## What the task requires
For the material that follows, tally the lines holding "make" and give the total alone.
==*==
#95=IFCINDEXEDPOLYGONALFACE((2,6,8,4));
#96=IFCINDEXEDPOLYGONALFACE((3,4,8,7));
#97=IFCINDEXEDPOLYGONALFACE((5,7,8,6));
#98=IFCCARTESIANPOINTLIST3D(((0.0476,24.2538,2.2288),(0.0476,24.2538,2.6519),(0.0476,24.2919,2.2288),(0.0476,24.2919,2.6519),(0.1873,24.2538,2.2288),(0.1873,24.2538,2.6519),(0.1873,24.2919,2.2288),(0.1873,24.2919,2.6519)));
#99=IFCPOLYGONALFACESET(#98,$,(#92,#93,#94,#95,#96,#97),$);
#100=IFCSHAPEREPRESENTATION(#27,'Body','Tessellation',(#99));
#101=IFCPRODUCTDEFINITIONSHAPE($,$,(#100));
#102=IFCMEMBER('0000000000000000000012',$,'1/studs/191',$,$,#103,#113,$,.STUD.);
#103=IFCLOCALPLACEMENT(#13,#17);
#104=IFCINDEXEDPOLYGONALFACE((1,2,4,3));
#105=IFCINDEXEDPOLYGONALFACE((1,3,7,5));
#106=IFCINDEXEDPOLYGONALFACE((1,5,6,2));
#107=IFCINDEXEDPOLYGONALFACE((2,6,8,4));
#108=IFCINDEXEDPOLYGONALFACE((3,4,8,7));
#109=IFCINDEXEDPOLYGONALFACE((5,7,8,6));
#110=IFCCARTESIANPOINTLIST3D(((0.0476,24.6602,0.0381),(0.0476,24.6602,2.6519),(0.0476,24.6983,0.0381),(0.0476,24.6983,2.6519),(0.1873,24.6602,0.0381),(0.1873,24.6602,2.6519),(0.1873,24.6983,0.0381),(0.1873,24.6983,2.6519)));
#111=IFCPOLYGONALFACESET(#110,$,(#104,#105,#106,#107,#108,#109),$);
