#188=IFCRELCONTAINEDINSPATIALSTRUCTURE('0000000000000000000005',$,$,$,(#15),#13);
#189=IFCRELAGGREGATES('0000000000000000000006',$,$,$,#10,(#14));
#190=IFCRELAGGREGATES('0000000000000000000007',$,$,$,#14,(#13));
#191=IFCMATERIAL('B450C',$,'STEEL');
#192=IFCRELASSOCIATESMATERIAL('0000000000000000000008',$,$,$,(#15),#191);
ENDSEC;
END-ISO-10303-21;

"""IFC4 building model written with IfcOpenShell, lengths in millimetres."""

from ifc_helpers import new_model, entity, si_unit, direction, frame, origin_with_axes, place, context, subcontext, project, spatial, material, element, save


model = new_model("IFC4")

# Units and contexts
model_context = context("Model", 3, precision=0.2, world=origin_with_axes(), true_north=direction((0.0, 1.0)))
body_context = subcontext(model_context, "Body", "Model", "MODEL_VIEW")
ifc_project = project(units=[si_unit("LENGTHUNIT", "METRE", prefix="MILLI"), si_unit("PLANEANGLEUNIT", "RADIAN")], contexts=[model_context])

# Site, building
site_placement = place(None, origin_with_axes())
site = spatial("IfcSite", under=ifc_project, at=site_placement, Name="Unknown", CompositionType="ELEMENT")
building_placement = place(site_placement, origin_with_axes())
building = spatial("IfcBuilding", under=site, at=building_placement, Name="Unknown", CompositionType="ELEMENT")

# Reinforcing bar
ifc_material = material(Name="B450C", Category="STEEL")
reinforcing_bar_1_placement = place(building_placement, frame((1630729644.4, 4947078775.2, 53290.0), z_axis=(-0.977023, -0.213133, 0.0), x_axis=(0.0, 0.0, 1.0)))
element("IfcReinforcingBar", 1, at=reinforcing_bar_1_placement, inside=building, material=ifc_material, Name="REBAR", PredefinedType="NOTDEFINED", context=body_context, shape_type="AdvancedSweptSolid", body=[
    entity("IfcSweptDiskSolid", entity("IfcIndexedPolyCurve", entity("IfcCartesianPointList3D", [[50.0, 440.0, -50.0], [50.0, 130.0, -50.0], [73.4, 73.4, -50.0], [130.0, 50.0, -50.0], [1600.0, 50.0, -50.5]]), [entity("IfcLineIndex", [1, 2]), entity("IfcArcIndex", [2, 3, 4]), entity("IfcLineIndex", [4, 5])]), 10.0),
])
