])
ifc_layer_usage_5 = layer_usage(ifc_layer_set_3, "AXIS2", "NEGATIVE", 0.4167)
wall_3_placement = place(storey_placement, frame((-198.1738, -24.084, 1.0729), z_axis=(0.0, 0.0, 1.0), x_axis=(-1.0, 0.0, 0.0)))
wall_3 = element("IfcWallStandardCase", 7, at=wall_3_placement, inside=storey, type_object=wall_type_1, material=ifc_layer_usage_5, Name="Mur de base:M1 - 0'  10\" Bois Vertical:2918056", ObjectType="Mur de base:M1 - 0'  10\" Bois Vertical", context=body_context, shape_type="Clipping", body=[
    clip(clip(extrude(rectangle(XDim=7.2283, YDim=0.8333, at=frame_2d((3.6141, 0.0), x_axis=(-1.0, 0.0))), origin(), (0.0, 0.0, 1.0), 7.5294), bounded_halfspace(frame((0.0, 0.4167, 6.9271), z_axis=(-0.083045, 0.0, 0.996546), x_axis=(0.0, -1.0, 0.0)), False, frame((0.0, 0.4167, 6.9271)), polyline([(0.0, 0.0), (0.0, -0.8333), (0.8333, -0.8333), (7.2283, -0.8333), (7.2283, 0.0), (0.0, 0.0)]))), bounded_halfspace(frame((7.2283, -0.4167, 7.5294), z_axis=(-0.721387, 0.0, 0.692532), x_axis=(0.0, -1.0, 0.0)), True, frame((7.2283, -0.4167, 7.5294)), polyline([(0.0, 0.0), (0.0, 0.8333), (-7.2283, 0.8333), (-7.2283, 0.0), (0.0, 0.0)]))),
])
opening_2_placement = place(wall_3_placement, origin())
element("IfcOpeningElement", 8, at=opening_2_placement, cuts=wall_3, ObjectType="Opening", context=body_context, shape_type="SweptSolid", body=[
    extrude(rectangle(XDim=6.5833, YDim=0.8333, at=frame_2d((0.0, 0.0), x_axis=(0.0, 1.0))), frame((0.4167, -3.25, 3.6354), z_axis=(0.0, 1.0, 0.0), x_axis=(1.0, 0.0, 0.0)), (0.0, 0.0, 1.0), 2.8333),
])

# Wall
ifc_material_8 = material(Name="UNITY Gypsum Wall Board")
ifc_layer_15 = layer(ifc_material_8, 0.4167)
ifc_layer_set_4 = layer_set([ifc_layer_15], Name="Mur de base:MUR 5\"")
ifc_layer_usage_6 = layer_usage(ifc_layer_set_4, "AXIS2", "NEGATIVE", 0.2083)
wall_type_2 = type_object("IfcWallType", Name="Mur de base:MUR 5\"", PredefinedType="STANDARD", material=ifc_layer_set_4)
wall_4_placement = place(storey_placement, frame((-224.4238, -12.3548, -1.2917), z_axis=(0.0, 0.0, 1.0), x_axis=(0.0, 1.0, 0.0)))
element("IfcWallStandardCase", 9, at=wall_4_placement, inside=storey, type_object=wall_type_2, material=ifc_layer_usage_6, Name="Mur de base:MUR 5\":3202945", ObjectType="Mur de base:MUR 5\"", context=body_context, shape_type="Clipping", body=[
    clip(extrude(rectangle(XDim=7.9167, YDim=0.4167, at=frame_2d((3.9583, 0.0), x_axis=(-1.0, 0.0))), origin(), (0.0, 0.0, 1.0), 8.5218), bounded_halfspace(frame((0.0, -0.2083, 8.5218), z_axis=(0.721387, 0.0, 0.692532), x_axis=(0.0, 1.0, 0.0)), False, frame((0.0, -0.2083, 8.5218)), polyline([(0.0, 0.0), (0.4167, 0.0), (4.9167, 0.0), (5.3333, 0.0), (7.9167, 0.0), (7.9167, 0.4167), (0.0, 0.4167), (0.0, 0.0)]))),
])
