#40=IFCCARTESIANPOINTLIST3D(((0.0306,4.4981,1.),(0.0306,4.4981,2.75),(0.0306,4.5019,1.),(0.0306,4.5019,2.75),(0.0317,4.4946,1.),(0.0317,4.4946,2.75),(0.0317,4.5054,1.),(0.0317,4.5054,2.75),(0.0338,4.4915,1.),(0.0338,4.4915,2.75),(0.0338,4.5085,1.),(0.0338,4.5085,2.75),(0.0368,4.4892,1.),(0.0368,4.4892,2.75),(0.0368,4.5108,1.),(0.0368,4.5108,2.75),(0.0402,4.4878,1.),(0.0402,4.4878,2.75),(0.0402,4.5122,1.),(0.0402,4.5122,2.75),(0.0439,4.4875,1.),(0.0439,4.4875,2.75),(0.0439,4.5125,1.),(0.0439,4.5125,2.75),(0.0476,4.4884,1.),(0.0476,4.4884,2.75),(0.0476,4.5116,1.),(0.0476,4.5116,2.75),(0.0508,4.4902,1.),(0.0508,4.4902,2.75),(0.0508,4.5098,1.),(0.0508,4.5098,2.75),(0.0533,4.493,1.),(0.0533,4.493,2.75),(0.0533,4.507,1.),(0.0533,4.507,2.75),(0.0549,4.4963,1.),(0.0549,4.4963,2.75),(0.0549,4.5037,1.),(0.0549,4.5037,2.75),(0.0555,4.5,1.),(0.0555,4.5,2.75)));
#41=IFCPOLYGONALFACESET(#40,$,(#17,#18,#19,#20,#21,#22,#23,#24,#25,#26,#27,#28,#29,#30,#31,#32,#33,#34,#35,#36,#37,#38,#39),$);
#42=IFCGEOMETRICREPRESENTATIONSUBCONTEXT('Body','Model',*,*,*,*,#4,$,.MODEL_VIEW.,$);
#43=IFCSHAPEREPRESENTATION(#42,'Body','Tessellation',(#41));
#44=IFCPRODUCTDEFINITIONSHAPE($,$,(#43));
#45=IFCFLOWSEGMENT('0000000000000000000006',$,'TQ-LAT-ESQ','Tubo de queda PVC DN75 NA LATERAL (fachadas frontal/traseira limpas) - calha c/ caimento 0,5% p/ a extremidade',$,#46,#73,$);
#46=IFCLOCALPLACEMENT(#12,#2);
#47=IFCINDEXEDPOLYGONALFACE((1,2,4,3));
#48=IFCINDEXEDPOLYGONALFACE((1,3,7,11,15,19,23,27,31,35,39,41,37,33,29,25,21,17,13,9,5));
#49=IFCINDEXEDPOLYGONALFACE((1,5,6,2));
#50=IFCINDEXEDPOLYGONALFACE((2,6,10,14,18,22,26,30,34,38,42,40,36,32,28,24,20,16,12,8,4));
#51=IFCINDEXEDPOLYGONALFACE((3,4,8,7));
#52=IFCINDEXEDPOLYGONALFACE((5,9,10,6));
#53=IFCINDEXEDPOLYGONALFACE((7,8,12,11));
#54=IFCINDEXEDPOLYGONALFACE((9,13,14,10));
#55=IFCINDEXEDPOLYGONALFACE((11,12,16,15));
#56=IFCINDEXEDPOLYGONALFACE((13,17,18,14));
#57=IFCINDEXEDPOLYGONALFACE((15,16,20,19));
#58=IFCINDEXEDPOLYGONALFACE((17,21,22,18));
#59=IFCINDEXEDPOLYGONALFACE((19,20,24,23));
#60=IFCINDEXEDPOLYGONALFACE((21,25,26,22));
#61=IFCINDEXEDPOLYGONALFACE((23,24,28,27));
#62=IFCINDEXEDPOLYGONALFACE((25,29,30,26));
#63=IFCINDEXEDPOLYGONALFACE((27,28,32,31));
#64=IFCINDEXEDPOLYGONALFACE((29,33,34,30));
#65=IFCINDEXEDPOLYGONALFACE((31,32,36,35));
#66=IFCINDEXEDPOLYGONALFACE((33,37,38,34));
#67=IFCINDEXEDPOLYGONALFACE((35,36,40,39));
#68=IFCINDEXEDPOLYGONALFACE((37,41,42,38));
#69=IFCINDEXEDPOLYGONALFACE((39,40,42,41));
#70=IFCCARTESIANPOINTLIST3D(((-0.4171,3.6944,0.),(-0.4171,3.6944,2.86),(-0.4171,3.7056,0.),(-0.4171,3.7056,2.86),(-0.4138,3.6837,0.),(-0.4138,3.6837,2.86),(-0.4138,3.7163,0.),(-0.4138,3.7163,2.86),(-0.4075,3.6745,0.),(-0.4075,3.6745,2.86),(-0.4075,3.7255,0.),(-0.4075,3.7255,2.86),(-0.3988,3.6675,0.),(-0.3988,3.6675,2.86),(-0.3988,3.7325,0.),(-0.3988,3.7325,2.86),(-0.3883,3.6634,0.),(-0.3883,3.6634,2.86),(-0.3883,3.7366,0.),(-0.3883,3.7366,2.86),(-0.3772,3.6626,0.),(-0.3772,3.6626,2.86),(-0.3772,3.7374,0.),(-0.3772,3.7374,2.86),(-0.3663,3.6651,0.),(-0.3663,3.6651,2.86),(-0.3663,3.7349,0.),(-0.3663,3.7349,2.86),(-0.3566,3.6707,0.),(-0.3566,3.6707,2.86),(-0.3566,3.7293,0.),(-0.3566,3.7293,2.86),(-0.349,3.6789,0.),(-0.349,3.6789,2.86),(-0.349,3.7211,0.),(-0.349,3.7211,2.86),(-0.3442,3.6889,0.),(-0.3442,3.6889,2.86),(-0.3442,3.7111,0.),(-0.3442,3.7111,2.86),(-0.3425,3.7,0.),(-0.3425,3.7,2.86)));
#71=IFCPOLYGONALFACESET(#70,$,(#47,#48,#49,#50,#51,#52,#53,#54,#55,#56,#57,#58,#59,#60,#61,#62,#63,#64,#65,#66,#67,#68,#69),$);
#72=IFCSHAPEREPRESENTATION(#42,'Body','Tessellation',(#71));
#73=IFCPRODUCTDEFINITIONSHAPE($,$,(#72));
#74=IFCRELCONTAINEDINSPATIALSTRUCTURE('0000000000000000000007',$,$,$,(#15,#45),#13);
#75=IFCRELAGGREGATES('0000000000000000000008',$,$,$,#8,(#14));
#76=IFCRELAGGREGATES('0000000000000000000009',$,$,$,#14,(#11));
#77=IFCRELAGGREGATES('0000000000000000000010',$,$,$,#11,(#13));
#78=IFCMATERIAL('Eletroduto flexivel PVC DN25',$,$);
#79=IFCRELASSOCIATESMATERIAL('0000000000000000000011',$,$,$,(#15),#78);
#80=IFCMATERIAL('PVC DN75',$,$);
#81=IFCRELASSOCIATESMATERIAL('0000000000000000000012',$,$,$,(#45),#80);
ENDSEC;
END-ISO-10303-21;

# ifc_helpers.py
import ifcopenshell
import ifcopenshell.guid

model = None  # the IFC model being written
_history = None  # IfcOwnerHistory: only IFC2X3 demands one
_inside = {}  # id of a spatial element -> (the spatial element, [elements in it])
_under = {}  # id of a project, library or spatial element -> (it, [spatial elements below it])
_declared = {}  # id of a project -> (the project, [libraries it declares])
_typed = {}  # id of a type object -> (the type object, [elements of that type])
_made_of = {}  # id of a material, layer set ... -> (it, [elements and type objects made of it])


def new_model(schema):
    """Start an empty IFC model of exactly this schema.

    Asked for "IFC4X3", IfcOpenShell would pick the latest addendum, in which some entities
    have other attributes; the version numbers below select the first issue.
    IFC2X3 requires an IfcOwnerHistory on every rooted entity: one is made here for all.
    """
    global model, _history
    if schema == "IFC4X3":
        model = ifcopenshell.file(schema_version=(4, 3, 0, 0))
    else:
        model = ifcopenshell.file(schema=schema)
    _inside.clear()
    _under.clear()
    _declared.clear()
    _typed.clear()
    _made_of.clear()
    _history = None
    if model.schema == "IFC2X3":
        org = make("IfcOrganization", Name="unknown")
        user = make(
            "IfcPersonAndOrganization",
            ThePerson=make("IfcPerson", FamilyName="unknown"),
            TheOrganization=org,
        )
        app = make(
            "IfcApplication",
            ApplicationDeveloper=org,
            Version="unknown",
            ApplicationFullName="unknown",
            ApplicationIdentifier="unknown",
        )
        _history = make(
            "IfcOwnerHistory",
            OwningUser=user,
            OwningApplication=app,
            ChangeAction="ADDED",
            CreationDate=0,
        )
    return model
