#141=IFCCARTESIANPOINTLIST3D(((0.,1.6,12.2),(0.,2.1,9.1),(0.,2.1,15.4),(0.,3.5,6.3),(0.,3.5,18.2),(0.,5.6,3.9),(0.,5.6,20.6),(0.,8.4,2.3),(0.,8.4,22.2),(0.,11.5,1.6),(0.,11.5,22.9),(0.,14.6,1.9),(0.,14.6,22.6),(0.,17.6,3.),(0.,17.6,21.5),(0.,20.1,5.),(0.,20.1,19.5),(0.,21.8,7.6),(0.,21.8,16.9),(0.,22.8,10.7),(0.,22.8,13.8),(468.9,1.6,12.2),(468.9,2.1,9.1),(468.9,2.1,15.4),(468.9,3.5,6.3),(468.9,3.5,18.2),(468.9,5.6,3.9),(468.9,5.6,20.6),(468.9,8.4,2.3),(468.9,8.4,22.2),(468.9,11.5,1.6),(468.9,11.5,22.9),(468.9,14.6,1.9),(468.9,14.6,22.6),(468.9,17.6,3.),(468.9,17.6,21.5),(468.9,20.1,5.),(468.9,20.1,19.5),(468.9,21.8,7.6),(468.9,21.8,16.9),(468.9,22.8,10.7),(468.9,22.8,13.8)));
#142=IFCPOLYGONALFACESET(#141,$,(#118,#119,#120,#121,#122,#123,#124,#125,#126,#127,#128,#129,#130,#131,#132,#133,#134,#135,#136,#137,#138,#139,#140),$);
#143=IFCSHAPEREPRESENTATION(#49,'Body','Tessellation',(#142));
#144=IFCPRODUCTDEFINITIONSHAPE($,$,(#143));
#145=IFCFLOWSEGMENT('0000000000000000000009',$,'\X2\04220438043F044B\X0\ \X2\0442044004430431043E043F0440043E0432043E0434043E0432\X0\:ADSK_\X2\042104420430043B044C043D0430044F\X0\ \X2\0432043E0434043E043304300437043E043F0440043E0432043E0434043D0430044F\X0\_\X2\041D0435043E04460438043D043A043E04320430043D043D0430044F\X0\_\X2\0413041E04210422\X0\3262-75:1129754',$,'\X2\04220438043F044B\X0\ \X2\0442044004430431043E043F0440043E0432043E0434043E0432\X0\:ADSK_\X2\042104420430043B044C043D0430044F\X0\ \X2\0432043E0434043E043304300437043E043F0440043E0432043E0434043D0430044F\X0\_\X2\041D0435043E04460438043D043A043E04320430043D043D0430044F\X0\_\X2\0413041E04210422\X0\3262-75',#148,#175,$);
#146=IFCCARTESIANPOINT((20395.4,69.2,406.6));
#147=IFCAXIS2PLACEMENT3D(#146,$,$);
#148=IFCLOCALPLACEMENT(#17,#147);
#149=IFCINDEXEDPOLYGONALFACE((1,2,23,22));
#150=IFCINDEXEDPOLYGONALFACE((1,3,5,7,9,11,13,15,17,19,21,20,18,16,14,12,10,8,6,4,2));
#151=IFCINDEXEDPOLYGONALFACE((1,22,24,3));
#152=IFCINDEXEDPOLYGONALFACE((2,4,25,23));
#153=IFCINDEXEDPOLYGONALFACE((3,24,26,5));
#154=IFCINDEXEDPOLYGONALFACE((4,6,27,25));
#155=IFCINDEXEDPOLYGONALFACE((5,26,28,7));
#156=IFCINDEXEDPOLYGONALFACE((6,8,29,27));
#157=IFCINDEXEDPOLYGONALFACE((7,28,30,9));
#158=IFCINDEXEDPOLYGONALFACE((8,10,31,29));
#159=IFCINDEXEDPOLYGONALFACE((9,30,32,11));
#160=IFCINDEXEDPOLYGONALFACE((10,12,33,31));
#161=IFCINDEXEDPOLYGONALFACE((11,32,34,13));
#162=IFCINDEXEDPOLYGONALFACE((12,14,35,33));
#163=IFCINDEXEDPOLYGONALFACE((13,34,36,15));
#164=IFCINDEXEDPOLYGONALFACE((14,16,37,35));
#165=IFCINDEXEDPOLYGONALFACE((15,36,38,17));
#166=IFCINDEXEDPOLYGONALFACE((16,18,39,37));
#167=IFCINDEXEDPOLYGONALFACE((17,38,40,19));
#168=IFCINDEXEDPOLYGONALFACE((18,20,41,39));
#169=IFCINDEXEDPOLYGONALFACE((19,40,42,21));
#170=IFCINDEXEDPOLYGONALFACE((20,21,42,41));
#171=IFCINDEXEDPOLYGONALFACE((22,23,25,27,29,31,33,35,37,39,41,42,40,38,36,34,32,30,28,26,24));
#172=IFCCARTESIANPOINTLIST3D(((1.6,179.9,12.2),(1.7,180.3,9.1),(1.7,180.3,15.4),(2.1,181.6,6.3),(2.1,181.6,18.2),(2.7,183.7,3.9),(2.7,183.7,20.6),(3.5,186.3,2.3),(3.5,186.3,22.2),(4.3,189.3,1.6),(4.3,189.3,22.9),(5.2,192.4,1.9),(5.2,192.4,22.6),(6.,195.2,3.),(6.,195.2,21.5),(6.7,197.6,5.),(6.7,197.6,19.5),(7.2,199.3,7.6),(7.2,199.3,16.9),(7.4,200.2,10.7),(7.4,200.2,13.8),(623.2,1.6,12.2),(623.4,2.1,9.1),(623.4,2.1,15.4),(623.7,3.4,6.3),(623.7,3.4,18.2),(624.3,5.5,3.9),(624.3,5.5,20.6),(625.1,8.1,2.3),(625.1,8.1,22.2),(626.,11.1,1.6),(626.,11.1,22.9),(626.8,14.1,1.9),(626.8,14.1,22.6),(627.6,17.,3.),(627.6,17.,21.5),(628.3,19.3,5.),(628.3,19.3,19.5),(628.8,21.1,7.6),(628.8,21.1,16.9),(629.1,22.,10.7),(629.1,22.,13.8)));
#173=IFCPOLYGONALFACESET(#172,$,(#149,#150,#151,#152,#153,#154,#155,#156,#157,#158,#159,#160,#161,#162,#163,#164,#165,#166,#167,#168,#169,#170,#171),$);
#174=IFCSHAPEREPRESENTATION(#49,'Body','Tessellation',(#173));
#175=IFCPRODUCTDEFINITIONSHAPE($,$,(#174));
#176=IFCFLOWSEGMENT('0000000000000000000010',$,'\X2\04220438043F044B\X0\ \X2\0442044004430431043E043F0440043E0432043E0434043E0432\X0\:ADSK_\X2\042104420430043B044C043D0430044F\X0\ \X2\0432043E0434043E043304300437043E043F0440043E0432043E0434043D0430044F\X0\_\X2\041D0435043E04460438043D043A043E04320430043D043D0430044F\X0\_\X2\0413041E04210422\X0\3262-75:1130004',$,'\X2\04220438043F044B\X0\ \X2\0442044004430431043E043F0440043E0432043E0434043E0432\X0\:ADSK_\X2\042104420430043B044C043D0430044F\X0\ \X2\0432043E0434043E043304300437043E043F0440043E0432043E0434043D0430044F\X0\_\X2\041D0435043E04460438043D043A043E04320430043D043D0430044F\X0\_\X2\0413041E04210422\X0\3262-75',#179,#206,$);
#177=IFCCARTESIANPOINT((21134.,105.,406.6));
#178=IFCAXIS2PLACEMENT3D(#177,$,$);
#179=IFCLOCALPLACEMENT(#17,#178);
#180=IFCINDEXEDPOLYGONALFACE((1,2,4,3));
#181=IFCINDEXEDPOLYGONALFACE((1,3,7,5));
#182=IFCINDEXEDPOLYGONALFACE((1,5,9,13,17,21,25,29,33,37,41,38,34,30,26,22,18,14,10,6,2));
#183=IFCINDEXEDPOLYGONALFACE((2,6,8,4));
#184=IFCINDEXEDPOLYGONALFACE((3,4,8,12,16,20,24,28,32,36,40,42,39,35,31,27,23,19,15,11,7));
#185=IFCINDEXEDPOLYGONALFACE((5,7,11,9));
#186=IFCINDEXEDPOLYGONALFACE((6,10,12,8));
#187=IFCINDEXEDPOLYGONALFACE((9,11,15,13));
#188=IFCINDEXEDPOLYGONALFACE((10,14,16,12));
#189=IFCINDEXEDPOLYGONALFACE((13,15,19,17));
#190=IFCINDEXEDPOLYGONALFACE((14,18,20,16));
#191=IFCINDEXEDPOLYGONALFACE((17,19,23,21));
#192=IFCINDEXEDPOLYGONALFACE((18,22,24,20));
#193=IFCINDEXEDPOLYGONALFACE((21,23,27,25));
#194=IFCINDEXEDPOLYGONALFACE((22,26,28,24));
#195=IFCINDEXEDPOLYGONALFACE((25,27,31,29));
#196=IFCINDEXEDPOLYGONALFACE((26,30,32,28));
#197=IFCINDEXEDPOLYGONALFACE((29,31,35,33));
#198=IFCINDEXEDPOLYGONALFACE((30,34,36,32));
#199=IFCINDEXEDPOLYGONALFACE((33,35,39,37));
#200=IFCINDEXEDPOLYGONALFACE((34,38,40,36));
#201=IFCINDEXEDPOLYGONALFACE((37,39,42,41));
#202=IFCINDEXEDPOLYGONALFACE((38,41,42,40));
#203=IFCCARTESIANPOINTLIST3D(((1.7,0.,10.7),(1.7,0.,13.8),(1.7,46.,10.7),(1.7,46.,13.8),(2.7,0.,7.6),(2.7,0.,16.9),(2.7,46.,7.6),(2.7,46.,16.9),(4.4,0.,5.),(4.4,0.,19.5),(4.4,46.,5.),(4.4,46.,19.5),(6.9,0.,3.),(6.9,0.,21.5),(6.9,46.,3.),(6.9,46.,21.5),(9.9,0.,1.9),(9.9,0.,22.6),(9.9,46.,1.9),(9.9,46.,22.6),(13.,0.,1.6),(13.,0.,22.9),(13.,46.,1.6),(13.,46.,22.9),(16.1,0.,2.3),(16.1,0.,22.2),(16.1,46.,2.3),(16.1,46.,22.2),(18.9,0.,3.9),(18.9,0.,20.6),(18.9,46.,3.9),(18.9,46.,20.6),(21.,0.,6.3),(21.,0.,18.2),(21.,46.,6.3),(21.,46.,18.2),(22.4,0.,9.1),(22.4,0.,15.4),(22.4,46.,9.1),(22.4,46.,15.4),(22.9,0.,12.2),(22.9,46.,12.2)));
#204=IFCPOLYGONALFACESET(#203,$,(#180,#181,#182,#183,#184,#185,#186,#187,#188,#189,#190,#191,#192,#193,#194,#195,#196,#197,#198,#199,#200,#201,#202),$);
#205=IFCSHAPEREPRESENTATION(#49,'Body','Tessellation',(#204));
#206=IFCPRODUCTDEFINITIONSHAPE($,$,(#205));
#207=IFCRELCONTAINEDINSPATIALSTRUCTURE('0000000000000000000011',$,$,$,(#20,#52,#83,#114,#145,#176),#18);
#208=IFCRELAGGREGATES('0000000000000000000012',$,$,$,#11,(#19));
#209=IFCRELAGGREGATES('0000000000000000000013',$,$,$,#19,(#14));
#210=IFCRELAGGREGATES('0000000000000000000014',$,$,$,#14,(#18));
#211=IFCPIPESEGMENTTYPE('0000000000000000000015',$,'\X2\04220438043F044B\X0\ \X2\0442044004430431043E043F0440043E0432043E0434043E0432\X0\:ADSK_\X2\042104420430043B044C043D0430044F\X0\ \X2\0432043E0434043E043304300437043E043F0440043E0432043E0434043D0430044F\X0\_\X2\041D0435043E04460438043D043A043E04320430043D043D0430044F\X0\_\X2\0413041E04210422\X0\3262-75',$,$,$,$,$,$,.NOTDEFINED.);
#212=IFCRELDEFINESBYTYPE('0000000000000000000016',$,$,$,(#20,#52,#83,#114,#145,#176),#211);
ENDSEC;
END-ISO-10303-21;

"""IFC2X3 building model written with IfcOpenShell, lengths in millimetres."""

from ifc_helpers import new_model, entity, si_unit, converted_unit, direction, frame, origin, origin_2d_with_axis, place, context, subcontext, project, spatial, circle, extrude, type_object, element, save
==*==
## Exercise output
5